THE DATA >>
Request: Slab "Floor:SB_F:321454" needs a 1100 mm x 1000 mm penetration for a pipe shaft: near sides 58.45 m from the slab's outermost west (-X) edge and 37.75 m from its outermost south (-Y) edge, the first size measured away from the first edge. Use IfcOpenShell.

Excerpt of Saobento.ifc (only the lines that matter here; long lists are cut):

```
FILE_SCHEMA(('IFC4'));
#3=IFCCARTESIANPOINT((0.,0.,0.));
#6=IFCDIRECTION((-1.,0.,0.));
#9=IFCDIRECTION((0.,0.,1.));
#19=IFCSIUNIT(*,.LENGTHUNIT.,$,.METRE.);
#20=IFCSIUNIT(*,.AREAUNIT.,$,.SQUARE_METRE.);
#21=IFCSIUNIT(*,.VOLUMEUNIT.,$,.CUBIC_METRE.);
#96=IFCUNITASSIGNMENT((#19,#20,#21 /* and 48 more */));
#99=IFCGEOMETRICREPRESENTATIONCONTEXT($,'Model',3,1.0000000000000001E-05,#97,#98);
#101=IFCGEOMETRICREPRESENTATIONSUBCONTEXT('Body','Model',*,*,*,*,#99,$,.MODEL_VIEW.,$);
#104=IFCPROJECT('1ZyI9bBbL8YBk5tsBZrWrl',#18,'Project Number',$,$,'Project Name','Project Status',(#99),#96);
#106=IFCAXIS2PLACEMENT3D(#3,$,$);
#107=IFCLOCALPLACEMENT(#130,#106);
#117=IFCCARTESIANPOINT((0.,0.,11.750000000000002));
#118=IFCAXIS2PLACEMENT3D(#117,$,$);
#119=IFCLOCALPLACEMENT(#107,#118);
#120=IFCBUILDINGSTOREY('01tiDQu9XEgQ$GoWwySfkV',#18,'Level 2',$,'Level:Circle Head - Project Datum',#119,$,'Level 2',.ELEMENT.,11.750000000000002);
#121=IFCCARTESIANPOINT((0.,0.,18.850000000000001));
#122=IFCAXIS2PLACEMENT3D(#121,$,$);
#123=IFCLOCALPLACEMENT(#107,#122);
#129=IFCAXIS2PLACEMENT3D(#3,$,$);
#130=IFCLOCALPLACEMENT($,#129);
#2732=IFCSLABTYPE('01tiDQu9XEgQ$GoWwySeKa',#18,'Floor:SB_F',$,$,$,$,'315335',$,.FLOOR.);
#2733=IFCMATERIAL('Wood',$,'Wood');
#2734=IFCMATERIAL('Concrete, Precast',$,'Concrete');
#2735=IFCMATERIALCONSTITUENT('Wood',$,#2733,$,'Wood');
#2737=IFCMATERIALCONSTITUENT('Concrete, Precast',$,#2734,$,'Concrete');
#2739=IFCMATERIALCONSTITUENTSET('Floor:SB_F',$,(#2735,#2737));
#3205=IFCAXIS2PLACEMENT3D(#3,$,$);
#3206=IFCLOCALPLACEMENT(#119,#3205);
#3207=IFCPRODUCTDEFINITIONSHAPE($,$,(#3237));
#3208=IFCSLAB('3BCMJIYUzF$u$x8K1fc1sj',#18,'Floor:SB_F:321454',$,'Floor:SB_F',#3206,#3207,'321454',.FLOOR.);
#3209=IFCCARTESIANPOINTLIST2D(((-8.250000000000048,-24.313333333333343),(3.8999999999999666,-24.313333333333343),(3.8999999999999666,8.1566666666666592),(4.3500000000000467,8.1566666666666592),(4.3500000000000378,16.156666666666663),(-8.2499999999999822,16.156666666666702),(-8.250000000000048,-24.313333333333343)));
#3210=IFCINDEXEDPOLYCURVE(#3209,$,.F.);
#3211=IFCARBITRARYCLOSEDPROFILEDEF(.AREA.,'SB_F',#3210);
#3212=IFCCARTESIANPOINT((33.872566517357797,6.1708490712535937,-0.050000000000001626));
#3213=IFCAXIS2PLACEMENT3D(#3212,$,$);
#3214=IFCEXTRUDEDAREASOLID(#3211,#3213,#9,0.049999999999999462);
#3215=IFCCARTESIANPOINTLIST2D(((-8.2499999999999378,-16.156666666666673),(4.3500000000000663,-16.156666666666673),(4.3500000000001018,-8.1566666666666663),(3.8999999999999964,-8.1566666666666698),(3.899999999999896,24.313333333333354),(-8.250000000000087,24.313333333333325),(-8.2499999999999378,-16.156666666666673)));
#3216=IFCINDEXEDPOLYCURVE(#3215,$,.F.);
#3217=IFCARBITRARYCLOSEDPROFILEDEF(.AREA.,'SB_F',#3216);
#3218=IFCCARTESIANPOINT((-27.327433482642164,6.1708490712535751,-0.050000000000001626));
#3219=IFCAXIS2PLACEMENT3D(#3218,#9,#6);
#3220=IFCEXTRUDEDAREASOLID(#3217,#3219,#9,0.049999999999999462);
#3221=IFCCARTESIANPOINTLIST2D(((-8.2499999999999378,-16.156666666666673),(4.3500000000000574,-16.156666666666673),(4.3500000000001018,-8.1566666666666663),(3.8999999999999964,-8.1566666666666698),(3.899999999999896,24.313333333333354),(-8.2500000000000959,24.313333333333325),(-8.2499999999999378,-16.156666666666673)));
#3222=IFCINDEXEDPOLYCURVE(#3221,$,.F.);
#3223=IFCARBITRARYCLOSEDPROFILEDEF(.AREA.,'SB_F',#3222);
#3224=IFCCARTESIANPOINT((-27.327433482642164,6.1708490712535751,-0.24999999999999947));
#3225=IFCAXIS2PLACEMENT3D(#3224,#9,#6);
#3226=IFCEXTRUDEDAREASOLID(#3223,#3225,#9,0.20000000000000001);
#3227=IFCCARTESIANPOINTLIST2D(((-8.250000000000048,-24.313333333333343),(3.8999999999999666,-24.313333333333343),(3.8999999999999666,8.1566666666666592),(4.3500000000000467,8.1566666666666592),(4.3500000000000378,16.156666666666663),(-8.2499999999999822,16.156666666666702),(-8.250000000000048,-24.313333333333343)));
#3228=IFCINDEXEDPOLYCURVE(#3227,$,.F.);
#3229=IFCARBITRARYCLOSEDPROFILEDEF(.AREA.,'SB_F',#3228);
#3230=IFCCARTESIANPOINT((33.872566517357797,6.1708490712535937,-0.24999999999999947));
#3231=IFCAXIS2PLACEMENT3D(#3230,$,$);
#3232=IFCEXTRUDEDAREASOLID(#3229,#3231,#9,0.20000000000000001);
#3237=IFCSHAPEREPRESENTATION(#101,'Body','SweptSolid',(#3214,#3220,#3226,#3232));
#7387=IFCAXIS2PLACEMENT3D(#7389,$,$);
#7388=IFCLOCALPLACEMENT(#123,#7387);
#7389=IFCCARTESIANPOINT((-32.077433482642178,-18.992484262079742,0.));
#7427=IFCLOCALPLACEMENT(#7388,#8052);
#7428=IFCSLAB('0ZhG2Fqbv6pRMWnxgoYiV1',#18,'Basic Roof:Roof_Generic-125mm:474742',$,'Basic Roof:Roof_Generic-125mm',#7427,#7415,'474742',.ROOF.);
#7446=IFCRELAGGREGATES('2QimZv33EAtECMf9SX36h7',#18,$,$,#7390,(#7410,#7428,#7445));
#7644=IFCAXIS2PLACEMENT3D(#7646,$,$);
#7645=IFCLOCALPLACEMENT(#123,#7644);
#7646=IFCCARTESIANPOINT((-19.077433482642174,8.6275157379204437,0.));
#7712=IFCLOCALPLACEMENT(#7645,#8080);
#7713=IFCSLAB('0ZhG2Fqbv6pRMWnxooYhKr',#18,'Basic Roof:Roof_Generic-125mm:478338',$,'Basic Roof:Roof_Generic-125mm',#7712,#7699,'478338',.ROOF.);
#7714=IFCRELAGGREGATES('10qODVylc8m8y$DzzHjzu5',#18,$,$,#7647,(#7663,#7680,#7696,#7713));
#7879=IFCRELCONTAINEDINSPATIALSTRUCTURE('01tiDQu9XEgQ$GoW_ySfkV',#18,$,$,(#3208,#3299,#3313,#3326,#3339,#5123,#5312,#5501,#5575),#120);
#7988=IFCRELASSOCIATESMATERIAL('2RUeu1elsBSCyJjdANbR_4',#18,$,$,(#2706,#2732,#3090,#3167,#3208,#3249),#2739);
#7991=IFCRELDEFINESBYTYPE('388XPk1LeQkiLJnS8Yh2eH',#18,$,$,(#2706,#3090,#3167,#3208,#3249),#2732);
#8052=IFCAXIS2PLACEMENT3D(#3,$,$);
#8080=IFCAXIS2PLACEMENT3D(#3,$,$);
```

```python
import numpy as np
import ifcopenshell
import ifcopenshell.api.feature
import ifcopenshell.api.geometry
import ifcopenshell.api.root
import ifcopenshell.geom
import ifcopenshell.util.placement
import ifcopenshell.util.representation
import ifcopenshell.util.shape
import ifcopenshell.util.unit

model = ifcopenshell.open("Saobento.ifc")
unit_scale = ifcopenshell.util.unit.calculate_unit_scale(model)
settings = ifcopenshell.geom.settings()


def volume(element):
    """Net volume in cubic metres, openings subtracted."""
    shape = ifcopenshell.geom.create_shape(settings, element)
    return ifcopenshell.util.shape.get_volume(shape.geometry)


slab = model.by_guid("3BCMJIYUzF$u$x8K1fc1sj")
before = volume(slab)

# Extent in the slab's own axes, in metres. The edges named are its -X and -Y sides.
slab_shape = ifcopenshell.geom.create_shape(settings, slab)
vertices = ifcopenshell.util.shape.get_vertices(slab_shape.geometry)
x_min, y_min, bottom = vertices.min(axis=0)
top = vertices[:, 2].max()

opening = ifcopenshell.api.root.create_entity(model, ifc_class="IfcOpeningElement", name="Pipe shaft opening", predefined_type="OPENING")
context = ifcopenshell.util.representation.get_context(model, "Model", "Body", "MODEL_VIEW")
width, depth = 1.1, 1
outline = [(0.0, 0.0), (width, 0.0), (width, depth), (0.0, depth), (0.0, 0.0)]
# Overshoot both faces by 50 mm so the cut is clean.
shape = ifcopenshell.api.geometry.add_slab_representation(
    model, context=context, depth=top - bottom + 0.1, polyline=outline
)
ifcopenshell.api.geometry.assign_representation(model, product=opening, representation=shape)

matrix = ifcopenshell.util.placement.get_local_placement(slab.ObjectPlacement)
matrix[:, 3] = matrix @ np.append(np.array([x_min + 58.45, y_min + 37.75, bottom - 0.05]) / unit_scale, 1.0)
ifcopenshell.api.geometry.edit_object_placement(model, product=opening, matrix=matrix, is_si=False)
ifcopenshell.api.feature.add_feature(model, feature=opening, element=slab)

after = volume(slab)

print(f"slab volume {before:.3f} -> {after:.3f} m3")

model.write("Saobento_edited.ifc")
```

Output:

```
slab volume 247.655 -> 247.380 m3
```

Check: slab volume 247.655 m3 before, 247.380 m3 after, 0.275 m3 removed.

EXERCISE PROMPT >> Every line above that holds the word "IFCRELAGGREGATES" is to be found and copied.

OUTPUT >>
#7446=IFCRELAGGREGATES('2QimZv33EAtECMf9SX36h7',#18,$,$,#7390,(#7410,#7428,#7445));
#7714=IFCRELAGGREGATES('10qODVylc8m8y$DzzHjzu5',#18,$,$,#7647,(#7663,#7680,#7696,#7713));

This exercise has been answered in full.